**PROVIDED DATA:**
· · · · · · ·
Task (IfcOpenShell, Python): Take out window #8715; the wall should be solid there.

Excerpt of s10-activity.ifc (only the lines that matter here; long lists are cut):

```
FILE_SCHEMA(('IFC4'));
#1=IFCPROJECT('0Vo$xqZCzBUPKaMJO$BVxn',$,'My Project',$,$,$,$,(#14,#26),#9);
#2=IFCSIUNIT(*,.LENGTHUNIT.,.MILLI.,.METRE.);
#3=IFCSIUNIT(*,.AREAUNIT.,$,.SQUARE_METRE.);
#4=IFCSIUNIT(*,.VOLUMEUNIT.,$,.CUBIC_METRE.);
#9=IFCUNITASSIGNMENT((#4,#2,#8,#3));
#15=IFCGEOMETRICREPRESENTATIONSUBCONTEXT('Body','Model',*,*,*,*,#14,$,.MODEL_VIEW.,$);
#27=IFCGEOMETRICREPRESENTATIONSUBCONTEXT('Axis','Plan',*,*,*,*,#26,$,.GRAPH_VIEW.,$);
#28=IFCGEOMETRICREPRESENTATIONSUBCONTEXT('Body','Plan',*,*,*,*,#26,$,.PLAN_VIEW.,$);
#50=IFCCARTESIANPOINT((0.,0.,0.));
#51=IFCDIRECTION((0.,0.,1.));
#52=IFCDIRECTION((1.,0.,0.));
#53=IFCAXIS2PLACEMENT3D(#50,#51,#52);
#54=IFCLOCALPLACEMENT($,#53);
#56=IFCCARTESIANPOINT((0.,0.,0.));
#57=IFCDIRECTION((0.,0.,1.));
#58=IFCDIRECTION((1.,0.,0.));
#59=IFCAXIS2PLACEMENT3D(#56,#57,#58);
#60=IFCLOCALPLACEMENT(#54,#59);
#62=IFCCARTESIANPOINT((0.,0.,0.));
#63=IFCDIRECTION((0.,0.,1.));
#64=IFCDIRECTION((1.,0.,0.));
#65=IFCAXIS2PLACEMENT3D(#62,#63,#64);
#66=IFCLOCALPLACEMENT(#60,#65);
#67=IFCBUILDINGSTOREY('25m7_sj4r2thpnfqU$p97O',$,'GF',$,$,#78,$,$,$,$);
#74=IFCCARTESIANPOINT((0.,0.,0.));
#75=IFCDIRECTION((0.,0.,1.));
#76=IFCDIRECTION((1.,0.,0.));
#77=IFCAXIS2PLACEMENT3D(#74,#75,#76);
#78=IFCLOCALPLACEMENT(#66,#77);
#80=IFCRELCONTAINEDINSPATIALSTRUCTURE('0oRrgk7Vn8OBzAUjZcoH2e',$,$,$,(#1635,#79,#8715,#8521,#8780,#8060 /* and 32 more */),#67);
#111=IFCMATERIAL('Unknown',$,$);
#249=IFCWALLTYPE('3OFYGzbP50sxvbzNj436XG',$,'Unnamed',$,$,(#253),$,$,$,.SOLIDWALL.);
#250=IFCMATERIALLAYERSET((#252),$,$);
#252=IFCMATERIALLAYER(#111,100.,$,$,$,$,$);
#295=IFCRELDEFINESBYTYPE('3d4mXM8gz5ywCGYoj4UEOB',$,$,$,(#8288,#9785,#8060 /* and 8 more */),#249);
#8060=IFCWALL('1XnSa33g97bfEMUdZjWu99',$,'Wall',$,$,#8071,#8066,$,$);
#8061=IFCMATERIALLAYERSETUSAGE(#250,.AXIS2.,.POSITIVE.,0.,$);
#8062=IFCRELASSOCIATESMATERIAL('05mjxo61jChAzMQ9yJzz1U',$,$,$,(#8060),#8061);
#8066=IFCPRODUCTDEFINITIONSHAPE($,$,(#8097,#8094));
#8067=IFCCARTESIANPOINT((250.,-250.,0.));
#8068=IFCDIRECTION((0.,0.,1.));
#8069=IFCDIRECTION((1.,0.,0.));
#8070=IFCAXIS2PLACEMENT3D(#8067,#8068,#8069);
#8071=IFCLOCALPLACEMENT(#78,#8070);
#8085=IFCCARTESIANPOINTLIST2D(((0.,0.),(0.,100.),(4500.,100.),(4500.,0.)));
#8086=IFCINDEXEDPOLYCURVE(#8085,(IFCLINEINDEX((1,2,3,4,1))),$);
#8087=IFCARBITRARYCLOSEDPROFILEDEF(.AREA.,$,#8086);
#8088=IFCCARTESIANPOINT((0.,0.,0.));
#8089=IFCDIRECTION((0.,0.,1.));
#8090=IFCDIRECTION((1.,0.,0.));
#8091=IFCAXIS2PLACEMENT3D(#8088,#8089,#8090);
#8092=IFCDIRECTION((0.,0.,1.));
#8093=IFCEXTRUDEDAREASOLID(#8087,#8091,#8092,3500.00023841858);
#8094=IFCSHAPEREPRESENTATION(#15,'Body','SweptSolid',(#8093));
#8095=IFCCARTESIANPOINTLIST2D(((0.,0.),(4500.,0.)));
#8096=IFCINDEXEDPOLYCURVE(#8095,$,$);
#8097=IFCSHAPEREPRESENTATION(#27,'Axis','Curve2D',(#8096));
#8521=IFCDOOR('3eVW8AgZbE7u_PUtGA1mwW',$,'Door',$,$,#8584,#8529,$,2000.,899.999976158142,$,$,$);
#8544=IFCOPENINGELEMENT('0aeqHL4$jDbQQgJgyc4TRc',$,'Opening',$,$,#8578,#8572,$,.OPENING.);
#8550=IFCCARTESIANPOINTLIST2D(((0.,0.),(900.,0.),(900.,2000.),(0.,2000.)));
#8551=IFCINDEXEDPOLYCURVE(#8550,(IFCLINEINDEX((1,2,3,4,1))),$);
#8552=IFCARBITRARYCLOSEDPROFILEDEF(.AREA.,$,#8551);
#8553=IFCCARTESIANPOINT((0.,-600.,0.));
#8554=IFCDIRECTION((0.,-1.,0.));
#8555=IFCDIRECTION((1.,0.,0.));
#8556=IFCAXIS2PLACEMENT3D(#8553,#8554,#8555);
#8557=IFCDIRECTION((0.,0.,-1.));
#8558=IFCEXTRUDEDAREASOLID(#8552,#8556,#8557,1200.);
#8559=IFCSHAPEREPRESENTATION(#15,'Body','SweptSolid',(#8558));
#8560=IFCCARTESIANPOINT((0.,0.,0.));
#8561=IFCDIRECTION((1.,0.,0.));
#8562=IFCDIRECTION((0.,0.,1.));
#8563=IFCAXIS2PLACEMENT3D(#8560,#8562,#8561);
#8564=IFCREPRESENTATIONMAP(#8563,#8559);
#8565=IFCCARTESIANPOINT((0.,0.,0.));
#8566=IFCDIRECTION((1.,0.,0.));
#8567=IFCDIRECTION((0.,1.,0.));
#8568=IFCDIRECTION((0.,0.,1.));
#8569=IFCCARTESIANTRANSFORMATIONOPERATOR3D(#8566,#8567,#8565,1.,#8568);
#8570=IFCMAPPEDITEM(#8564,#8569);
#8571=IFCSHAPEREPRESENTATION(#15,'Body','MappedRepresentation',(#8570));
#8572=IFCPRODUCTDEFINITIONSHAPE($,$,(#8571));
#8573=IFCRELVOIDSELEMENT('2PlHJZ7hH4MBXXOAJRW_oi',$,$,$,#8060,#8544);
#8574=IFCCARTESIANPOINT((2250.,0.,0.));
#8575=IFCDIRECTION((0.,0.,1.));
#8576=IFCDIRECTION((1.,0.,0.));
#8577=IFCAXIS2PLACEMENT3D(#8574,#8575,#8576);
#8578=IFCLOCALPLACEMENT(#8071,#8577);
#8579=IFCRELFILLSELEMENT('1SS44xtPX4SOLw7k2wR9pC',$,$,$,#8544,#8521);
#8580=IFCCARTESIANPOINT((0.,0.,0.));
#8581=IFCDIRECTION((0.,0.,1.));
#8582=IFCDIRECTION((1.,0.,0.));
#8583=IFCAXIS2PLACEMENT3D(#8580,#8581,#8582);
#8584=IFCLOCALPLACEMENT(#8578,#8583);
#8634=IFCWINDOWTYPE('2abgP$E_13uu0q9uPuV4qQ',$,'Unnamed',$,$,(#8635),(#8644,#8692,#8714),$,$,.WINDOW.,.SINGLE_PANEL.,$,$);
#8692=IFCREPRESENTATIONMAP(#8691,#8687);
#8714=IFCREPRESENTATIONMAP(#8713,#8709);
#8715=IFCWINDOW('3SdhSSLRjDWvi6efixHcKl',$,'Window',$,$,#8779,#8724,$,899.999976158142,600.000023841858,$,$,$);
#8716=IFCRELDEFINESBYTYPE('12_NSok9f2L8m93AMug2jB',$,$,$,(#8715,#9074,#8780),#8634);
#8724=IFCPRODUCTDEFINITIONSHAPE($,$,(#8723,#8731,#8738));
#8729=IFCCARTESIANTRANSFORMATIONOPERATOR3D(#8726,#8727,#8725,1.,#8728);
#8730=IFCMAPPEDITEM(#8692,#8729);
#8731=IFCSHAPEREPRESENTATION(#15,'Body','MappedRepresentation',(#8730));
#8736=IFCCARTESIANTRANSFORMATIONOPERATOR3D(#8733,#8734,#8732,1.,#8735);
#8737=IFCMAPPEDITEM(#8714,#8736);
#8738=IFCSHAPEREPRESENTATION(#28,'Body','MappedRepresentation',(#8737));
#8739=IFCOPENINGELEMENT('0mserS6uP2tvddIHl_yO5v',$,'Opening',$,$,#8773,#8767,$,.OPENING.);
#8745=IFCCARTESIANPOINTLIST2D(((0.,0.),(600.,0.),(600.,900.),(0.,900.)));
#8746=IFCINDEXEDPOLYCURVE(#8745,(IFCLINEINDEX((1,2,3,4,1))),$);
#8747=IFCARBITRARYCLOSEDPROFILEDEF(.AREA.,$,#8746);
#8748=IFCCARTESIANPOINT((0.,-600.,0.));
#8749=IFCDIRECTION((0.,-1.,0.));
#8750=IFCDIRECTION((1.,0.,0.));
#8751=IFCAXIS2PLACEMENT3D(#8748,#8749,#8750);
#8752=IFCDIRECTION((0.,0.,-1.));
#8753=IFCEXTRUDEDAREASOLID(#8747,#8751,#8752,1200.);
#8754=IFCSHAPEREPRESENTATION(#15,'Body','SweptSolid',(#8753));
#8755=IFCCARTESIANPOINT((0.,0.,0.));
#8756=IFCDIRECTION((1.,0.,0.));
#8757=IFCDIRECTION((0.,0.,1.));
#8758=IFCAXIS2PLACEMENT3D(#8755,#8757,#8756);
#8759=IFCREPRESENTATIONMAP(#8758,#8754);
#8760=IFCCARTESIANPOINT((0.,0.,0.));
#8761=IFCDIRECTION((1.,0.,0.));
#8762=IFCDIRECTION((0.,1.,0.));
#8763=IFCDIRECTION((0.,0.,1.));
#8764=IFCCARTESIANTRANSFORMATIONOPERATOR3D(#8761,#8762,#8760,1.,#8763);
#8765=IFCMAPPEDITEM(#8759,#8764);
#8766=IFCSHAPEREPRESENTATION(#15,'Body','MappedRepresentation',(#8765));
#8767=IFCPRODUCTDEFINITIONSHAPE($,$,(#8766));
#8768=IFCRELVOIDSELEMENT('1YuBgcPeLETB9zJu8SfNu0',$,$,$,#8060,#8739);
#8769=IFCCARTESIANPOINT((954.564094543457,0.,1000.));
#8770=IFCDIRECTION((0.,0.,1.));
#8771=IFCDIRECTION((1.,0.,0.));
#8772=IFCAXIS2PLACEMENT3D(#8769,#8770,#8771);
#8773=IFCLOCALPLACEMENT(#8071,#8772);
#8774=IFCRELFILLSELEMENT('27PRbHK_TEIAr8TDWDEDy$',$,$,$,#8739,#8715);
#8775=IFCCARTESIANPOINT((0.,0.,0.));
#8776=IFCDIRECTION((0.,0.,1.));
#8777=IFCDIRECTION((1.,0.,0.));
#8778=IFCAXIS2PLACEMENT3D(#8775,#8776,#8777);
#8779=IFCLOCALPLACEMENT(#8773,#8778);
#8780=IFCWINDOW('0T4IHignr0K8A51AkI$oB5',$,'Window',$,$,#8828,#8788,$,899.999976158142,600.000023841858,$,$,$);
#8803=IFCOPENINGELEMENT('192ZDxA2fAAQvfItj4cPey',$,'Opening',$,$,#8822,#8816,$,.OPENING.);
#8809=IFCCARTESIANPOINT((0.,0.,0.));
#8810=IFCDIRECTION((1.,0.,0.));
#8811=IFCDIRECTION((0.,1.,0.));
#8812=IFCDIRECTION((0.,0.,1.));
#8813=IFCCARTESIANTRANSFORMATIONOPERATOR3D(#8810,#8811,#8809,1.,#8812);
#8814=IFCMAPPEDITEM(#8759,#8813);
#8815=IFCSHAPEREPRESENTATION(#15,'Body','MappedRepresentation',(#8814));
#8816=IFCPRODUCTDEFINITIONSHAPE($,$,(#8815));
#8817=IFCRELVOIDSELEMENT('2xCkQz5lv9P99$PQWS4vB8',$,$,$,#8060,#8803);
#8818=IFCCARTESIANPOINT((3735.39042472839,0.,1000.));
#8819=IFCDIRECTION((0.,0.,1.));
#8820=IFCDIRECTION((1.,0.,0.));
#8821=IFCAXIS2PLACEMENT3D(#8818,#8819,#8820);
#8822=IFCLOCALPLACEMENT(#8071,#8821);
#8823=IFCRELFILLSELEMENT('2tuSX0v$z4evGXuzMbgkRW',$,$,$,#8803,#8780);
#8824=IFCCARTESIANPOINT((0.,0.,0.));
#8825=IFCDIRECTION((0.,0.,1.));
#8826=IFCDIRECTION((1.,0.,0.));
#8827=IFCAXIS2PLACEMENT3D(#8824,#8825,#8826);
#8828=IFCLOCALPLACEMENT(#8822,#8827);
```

```python
import ifcopenshell
import ifcopenshell.api.feature
import ifcopenshell.api.root
import ifcopenshell.geom
import ifcopenshell.util.shape

model = ifcopenshell.open("s10-activity.ifc")
settings = ifcopenshell.geom.settings()


def volume(element):
    """Net volume in cubic metres, openings subtracted."""
    shape = ifcopenshell.geom.create_shape(settings, element)
    return ifcopenshell.util.shape.get_volume(shape.geometry)


window = model.by_guid("3SdhSSLRjDWvi6efixHcKl")
opening = window.FillsVoids[0].RelatingOpeningElement
wall = opening.VoidsElements[0].RelatingBuildingElement
before = volume(wall)

ifcopenshell.api.root.remove_product(model, product=window)
ifcopenshell.api.feature.remove_feature(model, feature=opening)

after = volume(wall)

print(f"wall volume {before:.3f} -> {after:.3f} m3")

model.write("s10-activity_v2.ifc")
```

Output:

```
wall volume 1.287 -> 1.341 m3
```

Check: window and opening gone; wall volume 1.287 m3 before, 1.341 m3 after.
· · · · · · ·
**TASK DESCRIPTION:**
Search the data for "more". Copy every line that has it.

**FINAL ANSWER:**
#80=IFCRELCONTAINEDINSPATIALSTRUCTURE('0oRrgk7Vn8OBzAUjZcoH2e',$,$,$,(#1635,#79,#8715,#8521,#8780,#8060 /* and 32 more */),#67);
#295=IFCRELDEFINESBYTYPE('3d4mXM8gz5ywCGYoj4UEOB',$,$,$,(#8288,#9785,#8060 /* and 8 more */),#249);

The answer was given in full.